Should I be able to use pcm5 as a sound source and output the sound via my laptops speakers?


----------



## Phishfry (Jun 16, 2019)

balanga said:


> Should I be able to use pcm5 as a sound source and output the sound via my laptops speakers?


Yes. I would concentrate more on the capture program recieving the audio stream than on speaker output.


I happen to be testing FreeBSD Firewire capture. Just for testing I hooked up a Panasonic VHS analog source to my Firewire enabled Sony camcorder and was able to capture analog that way. Camcorder has a jack for RCA video and audio.
So the camera is doing the analog to digital conversion. It is a very usable method.

Capturing separate A/V streams is frought with problems. Especially any footage of length.

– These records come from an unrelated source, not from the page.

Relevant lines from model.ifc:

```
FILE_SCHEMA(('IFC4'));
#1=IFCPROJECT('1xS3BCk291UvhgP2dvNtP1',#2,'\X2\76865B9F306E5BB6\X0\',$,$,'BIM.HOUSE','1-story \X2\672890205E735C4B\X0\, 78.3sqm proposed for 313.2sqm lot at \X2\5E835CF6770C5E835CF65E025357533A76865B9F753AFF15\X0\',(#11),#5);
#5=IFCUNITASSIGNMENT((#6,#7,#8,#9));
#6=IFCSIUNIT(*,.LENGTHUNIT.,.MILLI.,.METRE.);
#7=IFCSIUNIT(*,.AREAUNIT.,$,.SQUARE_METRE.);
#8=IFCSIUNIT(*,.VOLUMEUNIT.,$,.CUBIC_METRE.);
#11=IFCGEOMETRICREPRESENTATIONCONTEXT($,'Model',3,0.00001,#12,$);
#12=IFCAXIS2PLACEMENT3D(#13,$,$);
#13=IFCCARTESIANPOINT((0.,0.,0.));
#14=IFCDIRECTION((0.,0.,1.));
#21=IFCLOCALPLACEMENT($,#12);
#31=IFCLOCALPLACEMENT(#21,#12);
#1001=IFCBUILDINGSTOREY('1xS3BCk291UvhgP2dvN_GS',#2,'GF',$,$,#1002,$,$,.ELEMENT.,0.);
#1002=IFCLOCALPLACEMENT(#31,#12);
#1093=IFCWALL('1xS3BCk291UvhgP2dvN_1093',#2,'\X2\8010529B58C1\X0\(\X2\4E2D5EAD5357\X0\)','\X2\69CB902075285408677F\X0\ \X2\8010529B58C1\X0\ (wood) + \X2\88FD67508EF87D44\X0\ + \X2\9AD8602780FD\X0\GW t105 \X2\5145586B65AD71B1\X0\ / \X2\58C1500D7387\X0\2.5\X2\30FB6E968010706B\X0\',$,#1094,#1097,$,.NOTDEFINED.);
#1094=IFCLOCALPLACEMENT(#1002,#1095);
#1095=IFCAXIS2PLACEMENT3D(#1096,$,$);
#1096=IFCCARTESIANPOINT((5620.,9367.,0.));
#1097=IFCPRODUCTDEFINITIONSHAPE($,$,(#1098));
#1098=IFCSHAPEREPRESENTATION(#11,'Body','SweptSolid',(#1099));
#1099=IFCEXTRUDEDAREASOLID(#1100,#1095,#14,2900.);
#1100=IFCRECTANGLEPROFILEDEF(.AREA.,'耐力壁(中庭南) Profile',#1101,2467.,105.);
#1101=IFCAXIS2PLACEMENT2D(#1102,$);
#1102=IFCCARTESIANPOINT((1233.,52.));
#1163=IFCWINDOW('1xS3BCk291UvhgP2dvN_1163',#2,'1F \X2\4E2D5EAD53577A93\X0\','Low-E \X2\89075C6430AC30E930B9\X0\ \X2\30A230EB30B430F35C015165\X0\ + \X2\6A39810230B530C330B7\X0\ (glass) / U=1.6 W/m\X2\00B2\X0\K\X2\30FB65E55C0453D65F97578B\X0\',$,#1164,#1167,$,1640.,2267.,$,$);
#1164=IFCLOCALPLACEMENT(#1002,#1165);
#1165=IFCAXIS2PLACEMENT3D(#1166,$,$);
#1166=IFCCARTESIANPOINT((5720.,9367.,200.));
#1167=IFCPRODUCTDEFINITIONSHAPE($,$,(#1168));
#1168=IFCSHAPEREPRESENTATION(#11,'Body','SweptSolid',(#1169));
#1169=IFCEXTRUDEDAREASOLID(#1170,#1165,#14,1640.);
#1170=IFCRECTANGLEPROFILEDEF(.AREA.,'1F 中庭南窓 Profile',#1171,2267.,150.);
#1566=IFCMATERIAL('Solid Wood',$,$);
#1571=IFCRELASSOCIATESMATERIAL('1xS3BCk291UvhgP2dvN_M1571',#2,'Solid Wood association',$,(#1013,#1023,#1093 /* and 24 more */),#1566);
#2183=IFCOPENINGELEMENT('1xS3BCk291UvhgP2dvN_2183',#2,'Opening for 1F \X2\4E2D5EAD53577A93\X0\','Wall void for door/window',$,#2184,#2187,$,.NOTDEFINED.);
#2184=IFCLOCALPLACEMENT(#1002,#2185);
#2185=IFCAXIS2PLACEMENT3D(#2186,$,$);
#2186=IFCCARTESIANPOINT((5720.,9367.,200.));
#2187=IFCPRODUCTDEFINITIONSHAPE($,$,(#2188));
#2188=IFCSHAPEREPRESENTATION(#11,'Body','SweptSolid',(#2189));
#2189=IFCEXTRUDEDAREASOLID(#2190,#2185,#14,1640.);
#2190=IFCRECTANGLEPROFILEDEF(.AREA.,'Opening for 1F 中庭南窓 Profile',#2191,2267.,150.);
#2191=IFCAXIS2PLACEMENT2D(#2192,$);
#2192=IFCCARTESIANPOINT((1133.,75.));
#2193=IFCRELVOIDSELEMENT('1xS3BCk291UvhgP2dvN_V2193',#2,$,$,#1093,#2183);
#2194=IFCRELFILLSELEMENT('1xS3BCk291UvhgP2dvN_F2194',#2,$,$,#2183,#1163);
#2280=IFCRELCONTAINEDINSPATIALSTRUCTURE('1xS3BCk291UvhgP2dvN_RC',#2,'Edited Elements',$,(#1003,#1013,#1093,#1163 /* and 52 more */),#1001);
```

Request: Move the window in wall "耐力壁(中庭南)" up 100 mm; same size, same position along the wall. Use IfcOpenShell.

```python
import numpy as np
import ifcopenshell
import ifcopenshell.api.geometry
import ifcopenshell.util.placement
import ifcopenshell.util.unit

model = ifcopenshell.open("model.ifc")
unit_scale = ifcopenshell.util.unit.calculate_unit_scale(model)

window = model.by_guid("1xS3BCk291UvhgP2dvN_1163")
opening = window.FillsVoids[0].RelatingOpeningElement
dz = 100.0

shift = np.array([0.0, 0.0, dz])
# The window is not placed relative to its opening, so move both.
for product in (opening, window):
    matrix = ifcopenshell.util.placement.get_local_placement(product.ObjectPlacement)
    matrix[:3, 3] += shift
    ifcopenshell.api.geometry.edit_object_placement(model, product=product, matrix=matrix, is_si=False)

print(f"moved by {dz * unit_scale:+.3f} m")

model.write("model_updated.ifc")
```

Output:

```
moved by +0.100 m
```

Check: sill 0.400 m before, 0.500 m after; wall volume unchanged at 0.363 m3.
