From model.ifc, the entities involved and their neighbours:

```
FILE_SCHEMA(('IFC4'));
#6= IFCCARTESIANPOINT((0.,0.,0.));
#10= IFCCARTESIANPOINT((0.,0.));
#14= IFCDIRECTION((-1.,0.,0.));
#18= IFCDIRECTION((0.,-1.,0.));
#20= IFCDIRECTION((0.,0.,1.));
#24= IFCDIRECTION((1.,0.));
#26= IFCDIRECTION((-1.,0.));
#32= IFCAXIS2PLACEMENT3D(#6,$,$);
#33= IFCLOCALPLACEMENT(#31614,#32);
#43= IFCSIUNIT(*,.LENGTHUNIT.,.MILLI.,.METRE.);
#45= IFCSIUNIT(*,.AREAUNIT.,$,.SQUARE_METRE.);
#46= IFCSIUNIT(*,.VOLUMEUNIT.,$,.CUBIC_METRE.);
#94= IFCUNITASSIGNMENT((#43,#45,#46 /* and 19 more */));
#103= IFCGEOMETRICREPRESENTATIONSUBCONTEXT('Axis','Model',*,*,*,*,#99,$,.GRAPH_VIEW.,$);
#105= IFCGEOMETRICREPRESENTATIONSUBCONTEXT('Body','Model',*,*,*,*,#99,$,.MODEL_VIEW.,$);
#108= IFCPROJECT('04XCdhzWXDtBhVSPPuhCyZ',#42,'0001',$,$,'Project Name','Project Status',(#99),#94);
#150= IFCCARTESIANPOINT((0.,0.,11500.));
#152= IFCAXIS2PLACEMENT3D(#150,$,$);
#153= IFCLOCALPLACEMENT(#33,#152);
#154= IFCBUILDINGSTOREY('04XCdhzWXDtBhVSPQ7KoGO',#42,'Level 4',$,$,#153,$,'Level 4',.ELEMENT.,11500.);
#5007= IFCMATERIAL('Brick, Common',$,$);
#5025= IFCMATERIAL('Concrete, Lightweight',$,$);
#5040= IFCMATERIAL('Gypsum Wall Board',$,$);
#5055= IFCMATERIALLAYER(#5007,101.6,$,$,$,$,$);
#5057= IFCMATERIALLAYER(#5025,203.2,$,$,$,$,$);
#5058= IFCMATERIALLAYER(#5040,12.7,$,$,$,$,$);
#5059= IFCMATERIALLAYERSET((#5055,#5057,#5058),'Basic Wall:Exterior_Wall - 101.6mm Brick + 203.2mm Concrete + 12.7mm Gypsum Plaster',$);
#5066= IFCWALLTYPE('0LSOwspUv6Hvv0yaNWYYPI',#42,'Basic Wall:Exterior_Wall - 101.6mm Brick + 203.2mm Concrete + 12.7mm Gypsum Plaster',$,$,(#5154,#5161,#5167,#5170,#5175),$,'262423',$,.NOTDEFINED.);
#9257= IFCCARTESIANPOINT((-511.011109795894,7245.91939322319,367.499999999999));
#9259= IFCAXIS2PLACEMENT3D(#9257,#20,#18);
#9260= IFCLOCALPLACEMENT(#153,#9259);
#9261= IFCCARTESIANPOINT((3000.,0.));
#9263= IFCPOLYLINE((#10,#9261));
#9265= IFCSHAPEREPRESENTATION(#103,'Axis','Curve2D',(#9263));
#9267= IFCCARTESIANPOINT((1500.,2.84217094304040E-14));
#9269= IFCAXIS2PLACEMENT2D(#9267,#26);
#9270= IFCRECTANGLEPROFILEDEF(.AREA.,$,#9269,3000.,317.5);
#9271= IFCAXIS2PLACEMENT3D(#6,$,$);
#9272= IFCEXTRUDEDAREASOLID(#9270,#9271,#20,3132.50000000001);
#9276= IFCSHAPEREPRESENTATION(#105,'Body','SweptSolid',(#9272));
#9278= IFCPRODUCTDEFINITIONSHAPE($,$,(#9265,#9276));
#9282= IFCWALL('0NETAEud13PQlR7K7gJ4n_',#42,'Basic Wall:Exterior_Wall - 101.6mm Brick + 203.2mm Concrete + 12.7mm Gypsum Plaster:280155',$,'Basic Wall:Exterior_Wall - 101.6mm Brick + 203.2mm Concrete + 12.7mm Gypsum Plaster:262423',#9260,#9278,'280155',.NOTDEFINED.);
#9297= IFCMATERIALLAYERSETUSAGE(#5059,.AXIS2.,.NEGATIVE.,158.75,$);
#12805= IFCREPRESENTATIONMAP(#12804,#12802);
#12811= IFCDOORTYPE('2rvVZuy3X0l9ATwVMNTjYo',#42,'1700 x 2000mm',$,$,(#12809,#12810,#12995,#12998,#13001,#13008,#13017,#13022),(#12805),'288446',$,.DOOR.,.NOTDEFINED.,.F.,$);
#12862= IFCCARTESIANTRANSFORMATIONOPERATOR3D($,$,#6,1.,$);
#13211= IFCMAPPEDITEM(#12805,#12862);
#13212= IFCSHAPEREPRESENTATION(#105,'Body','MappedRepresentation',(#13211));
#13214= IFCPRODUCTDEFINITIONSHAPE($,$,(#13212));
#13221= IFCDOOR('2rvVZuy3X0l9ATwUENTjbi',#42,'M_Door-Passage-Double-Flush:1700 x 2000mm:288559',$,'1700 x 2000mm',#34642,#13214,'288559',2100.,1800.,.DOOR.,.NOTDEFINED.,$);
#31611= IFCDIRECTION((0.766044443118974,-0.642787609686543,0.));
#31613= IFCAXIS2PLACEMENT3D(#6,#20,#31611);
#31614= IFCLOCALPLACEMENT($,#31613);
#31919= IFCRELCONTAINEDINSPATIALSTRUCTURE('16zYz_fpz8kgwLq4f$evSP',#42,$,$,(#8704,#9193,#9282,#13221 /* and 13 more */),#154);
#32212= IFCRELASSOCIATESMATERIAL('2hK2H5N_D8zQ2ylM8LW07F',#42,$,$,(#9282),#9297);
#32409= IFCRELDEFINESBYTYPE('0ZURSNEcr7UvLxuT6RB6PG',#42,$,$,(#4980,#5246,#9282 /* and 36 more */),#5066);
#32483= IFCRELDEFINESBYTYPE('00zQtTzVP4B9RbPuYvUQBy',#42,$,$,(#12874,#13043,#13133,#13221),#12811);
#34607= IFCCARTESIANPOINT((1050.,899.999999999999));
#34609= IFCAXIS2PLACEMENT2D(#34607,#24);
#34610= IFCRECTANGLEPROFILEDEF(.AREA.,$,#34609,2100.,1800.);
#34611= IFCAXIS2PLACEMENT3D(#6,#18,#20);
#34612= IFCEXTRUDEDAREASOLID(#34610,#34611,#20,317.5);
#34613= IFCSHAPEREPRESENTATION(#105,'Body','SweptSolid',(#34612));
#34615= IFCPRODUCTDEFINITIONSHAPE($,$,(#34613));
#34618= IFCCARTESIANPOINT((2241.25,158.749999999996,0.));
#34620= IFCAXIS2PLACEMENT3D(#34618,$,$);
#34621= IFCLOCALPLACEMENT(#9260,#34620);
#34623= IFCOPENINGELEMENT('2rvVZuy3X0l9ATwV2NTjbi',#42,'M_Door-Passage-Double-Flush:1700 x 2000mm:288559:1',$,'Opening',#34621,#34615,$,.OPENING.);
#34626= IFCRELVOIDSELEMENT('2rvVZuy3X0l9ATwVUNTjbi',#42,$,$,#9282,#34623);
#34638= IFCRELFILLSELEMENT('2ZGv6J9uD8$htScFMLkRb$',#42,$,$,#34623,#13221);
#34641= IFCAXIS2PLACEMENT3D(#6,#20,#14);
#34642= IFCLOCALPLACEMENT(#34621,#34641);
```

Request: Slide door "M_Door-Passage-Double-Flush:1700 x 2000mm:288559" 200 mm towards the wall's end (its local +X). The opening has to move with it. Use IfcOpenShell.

```python
import ifcopenshell
import ifcopenshell.api.geometry
import ifcopenshell.util.placement

model = ifcopenshell.open("model.ifc")

door = model.by_guid("2rvVZuy3X0l9ATwUENTjbi")
opening = door.FillsVoids[0].RelatingOpeningElement
wall = opening.VoidsElements[0].RelatingBuildingElement

wall_matrix = ifcopenshell.util.placement.get_local_placement(wall.ObjectPlacement)
shift = wall_matrix[:3, 0] * 200.0
before = ifcopenshell.util.placement.get_local_placement(door.ObjectPlacement)[:3, 3].copy()

# The door is placed relative to its opening, so it follows when the opening moves.
matrix = ifcopenshell.util.placement.get_local_placement(opening.ObjectPlacement)
matrix[:3, 3] += shift
ifcopenshell.api.geometry.edit_object_placement(
    model, product=opening, matrix=matrix, is_si=False, should_transform_children=True
)

after = ifcopenshell.util.placement.get_local_placement(door.ObjectPlacement)[:3, 3]
print("door moved by", (after - before).round(3) + 0.0)

model.write("model_rev.ifc")
```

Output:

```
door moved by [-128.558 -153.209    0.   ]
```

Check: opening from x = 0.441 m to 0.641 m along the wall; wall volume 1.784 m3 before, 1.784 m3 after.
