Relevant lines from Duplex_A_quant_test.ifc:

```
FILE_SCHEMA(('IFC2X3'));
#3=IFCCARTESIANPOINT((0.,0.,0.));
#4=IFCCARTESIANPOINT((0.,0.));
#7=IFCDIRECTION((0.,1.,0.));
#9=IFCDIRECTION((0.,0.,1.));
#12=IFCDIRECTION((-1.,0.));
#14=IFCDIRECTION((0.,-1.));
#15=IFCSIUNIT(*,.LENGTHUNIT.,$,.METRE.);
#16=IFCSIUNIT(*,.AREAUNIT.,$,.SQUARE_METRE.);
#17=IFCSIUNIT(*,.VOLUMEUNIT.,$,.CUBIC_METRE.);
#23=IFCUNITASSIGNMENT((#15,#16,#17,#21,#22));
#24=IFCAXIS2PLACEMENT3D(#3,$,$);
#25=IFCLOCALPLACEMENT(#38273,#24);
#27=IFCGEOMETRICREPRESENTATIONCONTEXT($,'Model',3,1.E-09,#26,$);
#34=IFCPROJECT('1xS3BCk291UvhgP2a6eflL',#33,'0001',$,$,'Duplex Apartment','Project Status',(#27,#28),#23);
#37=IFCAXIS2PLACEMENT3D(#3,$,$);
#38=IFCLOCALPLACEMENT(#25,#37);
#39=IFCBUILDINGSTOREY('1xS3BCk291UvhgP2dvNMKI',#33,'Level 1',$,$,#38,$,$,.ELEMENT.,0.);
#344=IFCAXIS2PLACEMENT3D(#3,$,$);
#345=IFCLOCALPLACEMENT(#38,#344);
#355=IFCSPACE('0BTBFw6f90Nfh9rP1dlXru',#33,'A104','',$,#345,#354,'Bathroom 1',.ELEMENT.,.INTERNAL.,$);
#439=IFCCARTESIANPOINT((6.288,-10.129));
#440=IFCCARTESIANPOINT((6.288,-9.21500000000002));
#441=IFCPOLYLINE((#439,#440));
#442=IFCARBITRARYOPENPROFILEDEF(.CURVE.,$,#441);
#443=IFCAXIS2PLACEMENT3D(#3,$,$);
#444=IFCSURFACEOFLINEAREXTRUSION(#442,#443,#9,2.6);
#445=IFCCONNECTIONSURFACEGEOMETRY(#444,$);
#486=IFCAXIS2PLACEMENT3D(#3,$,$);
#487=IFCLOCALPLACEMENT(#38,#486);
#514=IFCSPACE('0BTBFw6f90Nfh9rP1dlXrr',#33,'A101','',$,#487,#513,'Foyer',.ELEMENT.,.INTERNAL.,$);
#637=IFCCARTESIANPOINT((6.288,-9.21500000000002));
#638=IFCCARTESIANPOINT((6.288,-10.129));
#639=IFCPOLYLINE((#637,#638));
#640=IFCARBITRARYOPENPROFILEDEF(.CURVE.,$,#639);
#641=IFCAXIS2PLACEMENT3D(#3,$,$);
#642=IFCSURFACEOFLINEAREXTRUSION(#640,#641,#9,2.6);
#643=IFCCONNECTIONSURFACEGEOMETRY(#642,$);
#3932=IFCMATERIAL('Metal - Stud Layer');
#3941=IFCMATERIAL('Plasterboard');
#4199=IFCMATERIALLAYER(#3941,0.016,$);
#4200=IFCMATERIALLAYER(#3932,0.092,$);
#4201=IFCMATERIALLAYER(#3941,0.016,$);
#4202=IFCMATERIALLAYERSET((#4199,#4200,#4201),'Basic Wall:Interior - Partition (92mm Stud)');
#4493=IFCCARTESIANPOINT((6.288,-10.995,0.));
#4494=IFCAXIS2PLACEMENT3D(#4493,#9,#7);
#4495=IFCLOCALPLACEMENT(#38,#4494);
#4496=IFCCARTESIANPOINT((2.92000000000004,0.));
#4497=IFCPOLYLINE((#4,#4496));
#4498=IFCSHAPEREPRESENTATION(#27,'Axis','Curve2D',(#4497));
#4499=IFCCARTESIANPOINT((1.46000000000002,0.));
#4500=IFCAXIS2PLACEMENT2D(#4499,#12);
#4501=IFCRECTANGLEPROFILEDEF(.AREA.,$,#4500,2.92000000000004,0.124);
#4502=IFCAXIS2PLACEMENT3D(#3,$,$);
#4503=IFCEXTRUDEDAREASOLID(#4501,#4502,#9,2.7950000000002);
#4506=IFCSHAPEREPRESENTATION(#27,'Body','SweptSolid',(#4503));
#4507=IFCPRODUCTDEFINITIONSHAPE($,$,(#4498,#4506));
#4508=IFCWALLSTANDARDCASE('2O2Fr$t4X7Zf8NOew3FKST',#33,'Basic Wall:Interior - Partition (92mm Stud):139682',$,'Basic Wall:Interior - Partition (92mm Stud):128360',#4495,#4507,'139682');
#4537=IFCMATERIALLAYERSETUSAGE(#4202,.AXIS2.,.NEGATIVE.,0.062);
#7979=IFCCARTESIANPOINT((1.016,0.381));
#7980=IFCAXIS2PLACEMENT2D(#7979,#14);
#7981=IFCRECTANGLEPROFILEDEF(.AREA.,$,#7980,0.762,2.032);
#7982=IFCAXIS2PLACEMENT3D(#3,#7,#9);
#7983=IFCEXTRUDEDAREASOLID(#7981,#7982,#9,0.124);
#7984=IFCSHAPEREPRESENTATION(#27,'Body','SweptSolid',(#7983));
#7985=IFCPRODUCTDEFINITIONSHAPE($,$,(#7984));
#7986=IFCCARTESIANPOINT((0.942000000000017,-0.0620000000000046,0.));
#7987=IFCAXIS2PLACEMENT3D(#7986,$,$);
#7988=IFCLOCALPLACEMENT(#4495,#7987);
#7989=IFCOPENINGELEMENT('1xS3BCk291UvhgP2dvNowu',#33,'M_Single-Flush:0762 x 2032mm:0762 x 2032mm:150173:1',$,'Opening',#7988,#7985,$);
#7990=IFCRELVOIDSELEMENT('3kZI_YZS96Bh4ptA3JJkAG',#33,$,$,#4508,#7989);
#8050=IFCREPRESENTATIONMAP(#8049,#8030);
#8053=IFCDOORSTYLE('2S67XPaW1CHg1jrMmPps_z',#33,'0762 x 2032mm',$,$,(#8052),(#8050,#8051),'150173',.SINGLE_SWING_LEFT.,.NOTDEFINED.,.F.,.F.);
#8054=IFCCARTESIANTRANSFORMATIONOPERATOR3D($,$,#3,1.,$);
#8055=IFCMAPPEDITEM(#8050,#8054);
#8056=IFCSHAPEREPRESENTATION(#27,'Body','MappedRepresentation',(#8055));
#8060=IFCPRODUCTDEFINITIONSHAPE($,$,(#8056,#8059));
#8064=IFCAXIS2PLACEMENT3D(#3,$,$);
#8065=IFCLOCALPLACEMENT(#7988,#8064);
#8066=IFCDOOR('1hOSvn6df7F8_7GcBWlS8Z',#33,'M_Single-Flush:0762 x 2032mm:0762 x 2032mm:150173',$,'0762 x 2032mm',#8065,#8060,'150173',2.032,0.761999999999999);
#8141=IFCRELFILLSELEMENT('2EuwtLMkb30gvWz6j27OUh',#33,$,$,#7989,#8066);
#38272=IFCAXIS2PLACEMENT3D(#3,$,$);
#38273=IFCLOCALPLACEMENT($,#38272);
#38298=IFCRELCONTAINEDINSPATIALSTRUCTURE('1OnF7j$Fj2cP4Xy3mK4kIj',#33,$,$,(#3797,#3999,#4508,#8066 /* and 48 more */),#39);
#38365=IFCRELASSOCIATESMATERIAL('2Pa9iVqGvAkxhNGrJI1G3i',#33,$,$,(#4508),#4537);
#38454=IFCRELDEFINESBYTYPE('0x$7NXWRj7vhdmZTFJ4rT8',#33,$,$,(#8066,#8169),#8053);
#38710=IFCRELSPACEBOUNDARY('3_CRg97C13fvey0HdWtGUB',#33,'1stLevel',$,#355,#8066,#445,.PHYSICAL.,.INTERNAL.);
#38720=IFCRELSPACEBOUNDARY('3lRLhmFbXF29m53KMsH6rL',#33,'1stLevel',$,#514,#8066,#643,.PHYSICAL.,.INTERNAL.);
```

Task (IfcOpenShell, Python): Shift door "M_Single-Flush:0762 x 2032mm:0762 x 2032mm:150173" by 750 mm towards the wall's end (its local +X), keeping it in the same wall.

```python
import numpy as np
import ifcopenshell
import ifcopenshell.api.geometry
import ifcopenshell.util.placement

model = ifcopenshell.open("Duplex_A_quant_test.ifc")

door = model.by_guid("1hOSvn6df7F8_7GcBWlS8Z")
opening = door.FillsVoids[0].RelatingOpeningElement
wall = opening.VoidsElements[0].RelatingBuildingElement

wall_matrix = ifcopenshell.util.placement.get_local_placement(wall.ObjectPlacement)
shift = wall_matrix[:3, 0] * 0.75
before = ifcopenshell.util.placement.get_local_placement(door.ObjectPlacement)[:3, 3].copy()

# The door is placed relative to its opening, so it follows when the opening moves.
matrix = ifcopenshell.util.placement.get_local_placement(opening.ObjectPlacement)
matrix[:3, 3] += shift
ifcopenshell.api.geometry.edit_object_placement(
    model, product=opening, matrix=matrix, is_si=False, should_transform_children=True
)

# Space boundary surfaces are stored in each space's coordinates; move them too.
for rel in door.ProvidesBoundaries:
    if not rel.ConnectionGeometry:
        continue
    surface = rel.ConnectionGeometry.SurfaceOnRelatingElement
    space_matrix = ifcopenshell.util.placement.get_local_placement(rel.RelatingSpace.ObjectPlacement)
    point = np.array(surface.Position.Location.Coordinates) + space_matrix[:3, :3].T @ shift
    surface.Position = model.createIfcAxis2Placement3D(
        model.createIfcCartesianPoint(point.tolist()), surface.Position.Axis, surface.Position.RefDirection
    )

after = ifcopenshell.util.placement.get_local_placement(door.ObjectPlacement)[:3, 3]
print("door moved by", (after - before).round(3) + 0.0)

model.write("Duplex_A_quant_test_rev.ifc")
```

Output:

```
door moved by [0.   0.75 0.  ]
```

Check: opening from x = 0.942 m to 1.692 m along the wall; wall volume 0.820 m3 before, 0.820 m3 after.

For short clips syncing might work out.


----------



## Phishfry (Jun 16, 2019)

Did you see the write up our forum admin left us for OBS streaming?








						Create your own video streaming server with Linux
					

Live video streaming is incredibly popular—and it's still growing.




					opensource.com
				




Looking at these screens I have a hard time believing this program won't capture both audio and video.
Concentrate on that.
This article is about streaming but I see these clues just from the writeup:
*File* > *Settings*. Click on the *Stream* section, and set *Stream Type*


----------



## Phishfry (Jun 16, 2019)

Seeing how I am interested in this topic i bought the $10US ebay special.
EasyCap. A USB capture stick. Many versions produced.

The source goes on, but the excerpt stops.